All this could indicate that this thought also occurred to me at a decisive moment: talk about anthroposophy and the human mind, especially in Austria and especially in Vienna. And even if you in your higher souls were to grasp all this in the same way as the world otherwise grasps it, in your lower souls you cannot grasp it at all in the same way! Because there is something there of that fine vibration that emerged from the profound education that was present in Austria around the middle of the last century. And one must answer the question: What can German-Austria do for anthroposophy? with the soul. You must not speculate about the difference between this or that area of the world, but you must feel how there is really a strong inwardness here. This is expressed in the smallest details.
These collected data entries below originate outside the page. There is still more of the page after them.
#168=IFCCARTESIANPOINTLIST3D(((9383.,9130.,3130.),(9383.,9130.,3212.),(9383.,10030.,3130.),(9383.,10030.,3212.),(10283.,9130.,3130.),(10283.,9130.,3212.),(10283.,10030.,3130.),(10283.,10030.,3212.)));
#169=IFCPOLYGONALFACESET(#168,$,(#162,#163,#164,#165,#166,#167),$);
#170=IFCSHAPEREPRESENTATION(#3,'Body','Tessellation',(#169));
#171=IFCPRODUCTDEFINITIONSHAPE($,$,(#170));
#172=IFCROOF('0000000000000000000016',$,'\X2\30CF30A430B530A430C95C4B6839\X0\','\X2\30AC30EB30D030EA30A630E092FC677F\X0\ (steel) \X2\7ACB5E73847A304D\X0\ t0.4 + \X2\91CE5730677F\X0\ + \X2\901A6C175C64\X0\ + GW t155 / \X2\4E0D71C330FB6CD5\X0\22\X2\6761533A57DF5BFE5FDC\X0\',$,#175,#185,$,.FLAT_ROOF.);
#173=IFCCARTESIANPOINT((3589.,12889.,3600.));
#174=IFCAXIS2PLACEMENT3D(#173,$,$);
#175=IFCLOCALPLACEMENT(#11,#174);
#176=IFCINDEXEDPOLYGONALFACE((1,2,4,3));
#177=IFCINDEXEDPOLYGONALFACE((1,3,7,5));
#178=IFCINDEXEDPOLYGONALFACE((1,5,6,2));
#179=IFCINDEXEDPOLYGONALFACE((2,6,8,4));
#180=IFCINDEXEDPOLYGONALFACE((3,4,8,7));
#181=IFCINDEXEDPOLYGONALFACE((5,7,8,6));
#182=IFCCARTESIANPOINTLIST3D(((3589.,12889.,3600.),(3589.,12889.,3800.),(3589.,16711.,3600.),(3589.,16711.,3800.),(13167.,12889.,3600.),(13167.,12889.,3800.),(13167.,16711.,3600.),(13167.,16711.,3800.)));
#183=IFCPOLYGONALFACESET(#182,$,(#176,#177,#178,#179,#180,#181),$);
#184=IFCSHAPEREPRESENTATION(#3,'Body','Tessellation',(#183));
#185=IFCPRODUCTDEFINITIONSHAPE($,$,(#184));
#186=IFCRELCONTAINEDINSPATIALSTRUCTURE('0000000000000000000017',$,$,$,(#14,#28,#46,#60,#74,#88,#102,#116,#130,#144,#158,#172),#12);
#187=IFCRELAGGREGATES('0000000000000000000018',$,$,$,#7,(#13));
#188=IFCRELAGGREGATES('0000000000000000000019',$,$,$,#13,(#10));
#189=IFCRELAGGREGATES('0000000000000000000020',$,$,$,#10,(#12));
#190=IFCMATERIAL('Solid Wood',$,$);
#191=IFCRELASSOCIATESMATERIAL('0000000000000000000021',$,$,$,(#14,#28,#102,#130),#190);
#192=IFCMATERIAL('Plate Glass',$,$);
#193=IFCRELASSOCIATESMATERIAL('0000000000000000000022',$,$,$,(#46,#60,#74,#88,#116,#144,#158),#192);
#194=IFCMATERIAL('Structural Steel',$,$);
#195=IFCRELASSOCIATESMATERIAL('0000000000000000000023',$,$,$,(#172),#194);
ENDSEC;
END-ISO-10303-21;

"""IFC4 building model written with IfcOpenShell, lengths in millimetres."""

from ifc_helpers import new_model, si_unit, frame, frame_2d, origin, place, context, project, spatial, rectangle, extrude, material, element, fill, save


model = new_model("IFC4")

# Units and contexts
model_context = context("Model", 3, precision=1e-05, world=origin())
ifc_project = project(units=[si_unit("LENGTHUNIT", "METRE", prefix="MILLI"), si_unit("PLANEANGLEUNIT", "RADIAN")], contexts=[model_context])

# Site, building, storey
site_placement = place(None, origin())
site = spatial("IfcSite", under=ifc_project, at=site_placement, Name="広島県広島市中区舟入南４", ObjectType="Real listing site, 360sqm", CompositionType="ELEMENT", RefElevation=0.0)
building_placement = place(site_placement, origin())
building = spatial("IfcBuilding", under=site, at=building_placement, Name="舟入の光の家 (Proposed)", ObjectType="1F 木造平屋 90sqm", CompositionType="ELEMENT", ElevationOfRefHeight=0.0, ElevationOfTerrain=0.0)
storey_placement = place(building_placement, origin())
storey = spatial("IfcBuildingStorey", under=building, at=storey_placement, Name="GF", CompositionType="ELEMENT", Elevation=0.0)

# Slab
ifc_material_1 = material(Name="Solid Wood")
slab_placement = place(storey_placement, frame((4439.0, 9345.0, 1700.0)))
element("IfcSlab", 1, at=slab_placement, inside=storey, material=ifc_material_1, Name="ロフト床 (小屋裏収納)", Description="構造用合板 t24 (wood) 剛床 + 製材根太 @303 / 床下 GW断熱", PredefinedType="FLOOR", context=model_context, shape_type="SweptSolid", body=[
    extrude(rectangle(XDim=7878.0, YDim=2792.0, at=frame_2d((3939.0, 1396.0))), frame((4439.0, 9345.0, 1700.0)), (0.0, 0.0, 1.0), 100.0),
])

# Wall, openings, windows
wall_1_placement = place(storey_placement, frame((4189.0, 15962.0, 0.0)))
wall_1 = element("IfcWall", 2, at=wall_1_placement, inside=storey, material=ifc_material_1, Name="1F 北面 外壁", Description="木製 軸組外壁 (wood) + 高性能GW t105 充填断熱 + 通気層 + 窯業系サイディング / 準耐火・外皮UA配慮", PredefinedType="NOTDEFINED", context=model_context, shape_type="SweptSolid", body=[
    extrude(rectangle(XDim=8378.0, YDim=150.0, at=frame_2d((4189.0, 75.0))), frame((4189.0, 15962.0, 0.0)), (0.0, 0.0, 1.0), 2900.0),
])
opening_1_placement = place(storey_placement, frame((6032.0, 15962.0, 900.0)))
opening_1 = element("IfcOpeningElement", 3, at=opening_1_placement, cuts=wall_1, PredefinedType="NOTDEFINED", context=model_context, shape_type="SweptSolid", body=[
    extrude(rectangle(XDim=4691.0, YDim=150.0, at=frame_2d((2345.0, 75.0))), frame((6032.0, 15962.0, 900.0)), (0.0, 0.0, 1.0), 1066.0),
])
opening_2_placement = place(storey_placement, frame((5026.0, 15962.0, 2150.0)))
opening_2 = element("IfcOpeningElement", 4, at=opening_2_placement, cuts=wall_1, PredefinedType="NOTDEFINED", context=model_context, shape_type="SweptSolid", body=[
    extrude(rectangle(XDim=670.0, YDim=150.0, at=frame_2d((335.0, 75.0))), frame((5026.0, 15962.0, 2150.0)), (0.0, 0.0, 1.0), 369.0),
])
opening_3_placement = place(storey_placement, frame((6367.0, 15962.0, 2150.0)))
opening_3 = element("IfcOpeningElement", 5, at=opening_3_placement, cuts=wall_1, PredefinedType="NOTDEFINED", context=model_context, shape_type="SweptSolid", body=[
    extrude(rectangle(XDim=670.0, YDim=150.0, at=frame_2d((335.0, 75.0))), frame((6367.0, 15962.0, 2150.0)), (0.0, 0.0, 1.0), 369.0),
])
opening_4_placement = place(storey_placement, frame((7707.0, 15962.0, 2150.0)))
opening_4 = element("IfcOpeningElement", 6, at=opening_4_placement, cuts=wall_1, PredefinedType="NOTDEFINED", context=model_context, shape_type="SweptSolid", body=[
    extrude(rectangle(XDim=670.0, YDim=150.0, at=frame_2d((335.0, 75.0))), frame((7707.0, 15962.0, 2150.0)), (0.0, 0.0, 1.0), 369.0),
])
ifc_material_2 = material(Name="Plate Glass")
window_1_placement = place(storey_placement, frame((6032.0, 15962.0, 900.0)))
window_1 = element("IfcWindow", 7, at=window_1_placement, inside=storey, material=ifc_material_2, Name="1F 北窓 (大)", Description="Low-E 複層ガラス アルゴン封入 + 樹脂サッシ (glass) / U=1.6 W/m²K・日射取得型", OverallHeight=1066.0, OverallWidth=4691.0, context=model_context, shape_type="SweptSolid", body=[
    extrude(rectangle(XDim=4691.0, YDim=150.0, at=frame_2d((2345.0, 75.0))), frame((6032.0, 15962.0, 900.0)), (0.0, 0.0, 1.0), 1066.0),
The other Germans sometimes feel this as something quite foreign.
Do you see that you have a special task here, to work from the heart, which may emerge from the details. I was once sitting with Herman Grimm in Weimar. In the course of our conversation we happened to mention Grillparzer, and Herman Grimm said: “I once heard Scherer (who was called from Vienna to Berlin) say that Grillparzer was also a poet.” Imagine! The man who at that time was the most brilliant representative of German intellectual life spoke in this way! And he continued: “Once, during a stay in Munich, I had a free hour and sent over to the court library to have something of Grillparzer's sent to me; and when I read it, it seemed to me as if it were not actually written in German at all, but in a foreign language, it seemed to me like something quite foreign.” That was Herman Grimm saying it!
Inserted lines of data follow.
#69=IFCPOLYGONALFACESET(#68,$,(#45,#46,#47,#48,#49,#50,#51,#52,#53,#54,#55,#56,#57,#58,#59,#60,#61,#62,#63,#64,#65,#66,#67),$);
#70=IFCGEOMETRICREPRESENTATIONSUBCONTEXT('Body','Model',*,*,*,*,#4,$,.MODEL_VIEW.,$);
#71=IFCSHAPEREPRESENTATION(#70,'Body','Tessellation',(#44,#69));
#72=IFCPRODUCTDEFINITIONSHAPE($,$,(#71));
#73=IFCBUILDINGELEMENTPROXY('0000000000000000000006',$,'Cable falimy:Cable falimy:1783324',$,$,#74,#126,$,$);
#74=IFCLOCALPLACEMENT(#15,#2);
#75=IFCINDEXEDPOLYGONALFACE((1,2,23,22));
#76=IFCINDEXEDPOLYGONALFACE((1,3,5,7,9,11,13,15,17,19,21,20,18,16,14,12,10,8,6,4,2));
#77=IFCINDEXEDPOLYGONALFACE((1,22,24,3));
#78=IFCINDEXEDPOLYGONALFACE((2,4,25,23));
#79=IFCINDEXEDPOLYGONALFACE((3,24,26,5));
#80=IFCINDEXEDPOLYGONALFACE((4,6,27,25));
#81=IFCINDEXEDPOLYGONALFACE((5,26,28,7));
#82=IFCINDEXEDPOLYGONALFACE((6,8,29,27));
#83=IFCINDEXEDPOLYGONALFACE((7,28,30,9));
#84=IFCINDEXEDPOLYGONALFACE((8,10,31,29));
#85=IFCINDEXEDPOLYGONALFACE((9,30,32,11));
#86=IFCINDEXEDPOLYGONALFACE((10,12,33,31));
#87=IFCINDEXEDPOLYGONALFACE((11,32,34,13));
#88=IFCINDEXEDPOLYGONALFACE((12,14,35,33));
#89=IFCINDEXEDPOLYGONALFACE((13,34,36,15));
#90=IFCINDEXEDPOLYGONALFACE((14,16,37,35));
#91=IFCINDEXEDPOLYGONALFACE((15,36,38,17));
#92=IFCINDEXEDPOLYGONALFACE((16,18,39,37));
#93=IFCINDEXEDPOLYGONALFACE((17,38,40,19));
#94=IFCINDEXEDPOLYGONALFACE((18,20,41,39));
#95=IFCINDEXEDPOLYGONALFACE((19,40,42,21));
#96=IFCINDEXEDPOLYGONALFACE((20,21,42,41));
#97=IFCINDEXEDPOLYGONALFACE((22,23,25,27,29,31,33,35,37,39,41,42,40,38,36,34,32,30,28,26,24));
Those who embrace Austria with their hearts cannot speak in this way; for them, precisely this language, which is so strongly emphasized by Grillparzer, will reveal itself as the language of the heart. One must answer this question with one's heart: What should Austria do for anthroposophy? — It is good for the Austrian that in the word 'anthroposophy' there is only one R; for you know — you will agree with me — the Austrian never really learns to pronounce the R properly. It is precisely his peculiarity that wherever there is an R, he actually speaks an A. We vocalize the R. Just explore your vowel and consonant secrets, and you will find that you are no great genius at R! It is the case with Austrians that they never actually grasp this “rolling” of the R with their speech organ. The Austrian speaks a “cozy” R; but it is just not cozy — and so it is not a proper R. But it is the case that you have to grasp the essence where it is.
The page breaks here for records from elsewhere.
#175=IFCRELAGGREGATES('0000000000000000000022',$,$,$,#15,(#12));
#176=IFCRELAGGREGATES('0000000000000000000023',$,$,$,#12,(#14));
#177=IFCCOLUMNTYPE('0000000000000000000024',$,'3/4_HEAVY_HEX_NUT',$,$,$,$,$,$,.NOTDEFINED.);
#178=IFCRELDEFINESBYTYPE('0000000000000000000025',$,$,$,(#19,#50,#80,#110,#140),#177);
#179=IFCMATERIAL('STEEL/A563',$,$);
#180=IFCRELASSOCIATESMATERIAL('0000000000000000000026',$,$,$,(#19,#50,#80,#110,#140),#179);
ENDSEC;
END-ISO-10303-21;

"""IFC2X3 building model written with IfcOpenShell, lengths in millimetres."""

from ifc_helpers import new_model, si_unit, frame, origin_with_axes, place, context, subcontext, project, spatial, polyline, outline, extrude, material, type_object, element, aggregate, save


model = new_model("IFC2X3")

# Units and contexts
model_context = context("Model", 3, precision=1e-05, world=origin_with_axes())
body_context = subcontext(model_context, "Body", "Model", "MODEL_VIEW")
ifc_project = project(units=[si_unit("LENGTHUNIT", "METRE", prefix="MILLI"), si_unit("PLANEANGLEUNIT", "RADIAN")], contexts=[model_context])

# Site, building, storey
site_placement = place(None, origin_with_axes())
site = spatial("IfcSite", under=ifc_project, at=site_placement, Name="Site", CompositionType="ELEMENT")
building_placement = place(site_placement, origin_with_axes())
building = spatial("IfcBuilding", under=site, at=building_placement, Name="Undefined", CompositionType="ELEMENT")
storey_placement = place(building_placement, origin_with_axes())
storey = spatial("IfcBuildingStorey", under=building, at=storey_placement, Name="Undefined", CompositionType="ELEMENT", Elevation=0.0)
And so I thought: I would like to touch your soul with this series of lectures! That is the answer to the question that our dear friend Zeißig asked me this afternoon. That is what I wanted to say as a farewell greeting. With this, I close this lecture series, and I would just like to add that it has given me great satisfaction to be among you in Vienna once again. And I do hope that, in our spiritual movement, even when we are apart in the physical sense, we will always know that we are together in the inner sense. And since we always know and feel that we are together, we will be together spiritually even when we are physically apart!